**** Records for the task

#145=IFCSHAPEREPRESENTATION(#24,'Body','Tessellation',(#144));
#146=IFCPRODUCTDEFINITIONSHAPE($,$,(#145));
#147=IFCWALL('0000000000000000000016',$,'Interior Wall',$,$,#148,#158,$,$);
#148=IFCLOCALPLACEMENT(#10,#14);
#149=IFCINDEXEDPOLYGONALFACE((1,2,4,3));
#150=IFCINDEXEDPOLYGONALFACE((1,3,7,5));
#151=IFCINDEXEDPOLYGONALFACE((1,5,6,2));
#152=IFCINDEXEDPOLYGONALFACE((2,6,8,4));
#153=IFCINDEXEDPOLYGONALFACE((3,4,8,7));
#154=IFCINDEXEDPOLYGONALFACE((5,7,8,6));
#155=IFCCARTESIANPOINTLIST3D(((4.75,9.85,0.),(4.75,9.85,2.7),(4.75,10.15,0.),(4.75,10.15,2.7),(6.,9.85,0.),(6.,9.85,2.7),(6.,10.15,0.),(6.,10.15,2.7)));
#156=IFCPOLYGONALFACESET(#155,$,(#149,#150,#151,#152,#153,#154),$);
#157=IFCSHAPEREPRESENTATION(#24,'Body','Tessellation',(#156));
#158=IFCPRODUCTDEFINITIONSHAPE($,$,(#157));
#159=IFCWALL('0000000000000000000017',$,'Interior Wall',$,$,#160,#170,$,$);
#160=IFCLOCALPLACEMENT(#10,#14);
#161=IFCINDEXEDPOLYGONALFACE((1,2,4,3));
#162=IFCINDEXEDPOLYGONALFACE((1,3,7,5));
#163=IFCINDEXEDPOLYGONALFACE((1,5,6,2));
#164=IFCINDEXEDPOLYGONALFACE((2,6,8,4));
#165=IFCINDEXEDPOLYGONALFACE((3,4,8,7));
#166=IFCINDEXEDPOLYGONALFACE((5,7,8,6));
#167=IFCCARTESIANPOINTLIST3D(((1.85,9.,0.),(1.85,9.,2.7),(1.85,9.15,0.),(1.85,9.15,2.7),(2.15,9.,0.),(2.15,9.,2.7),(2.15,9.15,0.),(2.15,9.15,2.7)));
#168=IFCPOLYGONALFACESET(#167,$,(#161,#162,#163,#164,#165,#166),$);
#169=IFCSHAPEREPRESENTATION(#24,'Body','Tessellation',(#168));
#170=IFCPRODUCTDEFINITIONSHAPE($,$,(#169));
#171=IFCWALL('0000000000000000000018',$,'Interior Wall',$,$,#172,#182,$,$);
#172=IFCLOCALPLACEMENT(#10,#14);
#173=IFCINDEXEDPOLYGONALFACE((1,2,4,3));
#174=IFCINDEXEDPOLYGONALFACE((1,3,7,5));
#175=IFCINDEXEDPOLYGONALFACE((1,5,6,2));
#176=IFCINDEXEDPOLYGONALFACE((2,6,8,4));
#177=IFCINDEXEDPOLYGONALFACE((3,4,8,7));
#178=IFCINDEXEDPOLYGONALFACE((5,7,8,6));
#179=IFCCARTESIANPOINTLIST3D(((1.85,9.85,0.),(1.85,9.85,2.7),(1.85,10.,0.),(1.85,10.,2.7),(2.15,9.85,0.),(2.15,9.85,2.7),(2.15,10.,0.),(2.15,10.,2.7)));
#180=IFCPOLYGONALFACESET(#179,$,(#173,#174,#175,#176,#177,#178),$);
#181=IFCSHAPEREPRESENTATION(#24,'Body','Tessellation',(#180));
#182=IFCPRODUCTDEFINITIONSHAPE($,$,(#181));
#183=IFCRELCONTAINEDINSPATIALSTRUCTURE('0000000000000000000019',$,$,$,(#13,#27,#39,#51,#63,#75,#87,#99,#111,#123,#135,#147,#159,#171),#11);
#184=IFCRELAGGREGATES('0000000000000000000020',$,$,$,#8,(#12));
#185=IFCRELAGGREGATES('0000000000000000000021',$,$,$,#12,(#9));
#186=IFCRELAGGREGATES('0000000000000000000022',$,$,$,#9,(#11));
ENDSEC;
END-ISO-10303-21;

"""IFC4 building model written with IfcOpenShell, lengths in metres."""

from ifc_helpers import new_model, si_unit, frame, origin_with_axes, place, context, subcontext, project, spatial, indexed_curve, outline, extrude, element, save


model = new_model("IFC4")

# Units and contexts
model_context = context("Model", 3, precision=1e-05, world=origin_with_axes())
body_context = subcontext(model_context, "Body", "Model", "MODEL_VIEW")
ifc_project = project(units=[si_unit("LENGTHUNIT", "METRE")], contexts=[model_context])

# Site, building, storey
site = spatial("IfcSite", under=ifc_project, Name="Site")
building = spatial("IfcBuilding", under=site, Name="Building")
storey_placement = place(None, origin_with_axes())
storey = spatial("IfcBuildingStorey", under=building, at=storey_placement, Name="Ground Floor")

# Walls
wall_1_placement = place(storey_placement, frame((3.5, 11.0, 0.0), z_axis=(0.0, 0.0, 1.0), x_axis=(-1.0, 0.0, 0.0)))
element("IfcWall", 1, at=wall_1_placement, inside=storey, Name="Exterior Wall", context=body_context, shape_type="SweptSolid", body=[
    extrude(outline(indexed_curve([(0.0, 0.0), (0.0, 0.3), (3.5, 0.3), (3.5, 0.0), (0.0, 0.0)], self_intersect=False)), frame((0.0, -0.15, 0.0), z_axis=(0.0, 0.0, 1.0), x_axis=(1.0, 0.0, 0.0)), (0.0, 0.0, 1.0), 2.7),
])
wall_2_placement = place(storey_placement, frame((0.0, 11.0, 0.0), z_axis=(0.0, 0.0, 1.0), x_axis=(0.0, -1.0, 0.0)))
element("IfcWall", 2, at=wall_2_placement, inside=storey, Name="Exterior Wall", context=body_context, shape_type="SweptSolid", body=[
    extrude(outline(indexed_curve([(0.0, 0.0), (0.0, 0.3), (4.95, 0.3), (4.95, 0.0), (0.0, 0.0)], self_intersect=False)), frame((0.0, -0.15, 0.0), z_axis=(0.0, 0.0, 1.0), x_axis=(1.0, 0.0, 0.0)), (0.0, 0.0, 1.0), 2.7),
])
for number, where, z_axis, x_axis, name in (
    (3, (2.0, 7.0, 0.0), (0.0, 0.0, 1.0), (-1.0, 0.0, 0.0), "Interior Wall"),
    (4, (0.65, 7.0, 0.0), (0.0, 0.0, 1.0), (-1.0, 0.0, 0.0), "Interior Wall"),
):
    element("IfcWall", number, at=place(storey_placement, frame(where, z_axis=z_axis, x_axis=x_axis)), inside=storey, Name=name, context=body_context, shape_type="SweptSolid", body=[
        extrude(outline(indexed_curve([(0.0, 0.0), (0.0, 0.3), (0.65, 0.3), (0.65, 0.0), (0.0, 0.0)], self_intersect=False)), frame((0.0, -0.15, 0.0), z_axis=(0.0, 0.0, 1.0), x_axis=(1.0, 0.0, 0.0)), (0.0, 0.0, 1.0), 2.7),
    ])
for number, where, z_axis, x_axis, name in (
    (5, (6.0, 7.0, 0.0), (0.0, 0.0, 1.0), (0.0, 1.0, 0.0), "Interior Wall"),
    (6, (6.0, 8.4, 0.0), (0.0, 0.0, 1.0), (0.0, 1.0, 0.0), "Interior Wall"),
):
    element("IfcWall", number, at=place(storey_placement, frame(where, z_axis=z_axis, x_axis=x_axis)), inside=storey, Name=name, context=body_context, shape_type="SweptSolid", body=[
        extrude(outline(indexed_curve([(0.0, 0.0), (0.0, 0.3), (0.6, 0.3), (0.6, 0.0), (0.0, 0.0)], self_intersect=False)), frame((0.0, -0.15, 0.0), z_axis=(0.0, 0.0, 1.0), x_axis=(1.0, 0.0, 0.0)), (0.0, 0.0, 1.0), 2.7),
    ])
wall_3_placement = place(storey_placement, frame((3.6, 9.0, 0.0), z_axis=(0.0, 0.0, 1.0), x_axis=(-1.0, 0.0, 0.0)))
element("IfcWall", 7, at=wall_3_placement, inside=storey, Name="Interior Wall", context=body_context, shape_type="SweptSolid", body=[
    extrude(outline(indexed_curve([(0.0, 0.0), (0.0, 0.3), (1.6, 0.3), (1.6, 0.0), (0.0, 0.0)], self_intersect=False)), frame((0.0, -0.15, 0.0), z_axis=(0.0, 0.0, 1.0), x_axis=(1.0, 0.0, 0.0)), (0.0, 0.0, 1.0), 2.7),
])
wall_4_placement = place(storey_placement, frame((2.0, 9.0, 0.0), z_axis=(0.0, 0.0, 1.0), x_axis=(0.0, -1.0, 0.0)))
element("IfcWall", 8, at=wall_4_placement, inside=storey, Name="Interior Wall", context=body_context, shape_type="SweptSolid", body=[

********

(Exercise directions): Where a line above contains the string "IFCRELAGGREGATES", copy that line.

(Response to this task):
#184=IFCRELAGGREGATES('0000000000000000000020',$,$,$,#8,(#12));
#185=IFCRELAGGREGATES('0000000000000000000021',$,$,$,#12,(#9));
#186=IFCRELAGGREGATES('0000000000000000000022',$,$,$,#9,(#11));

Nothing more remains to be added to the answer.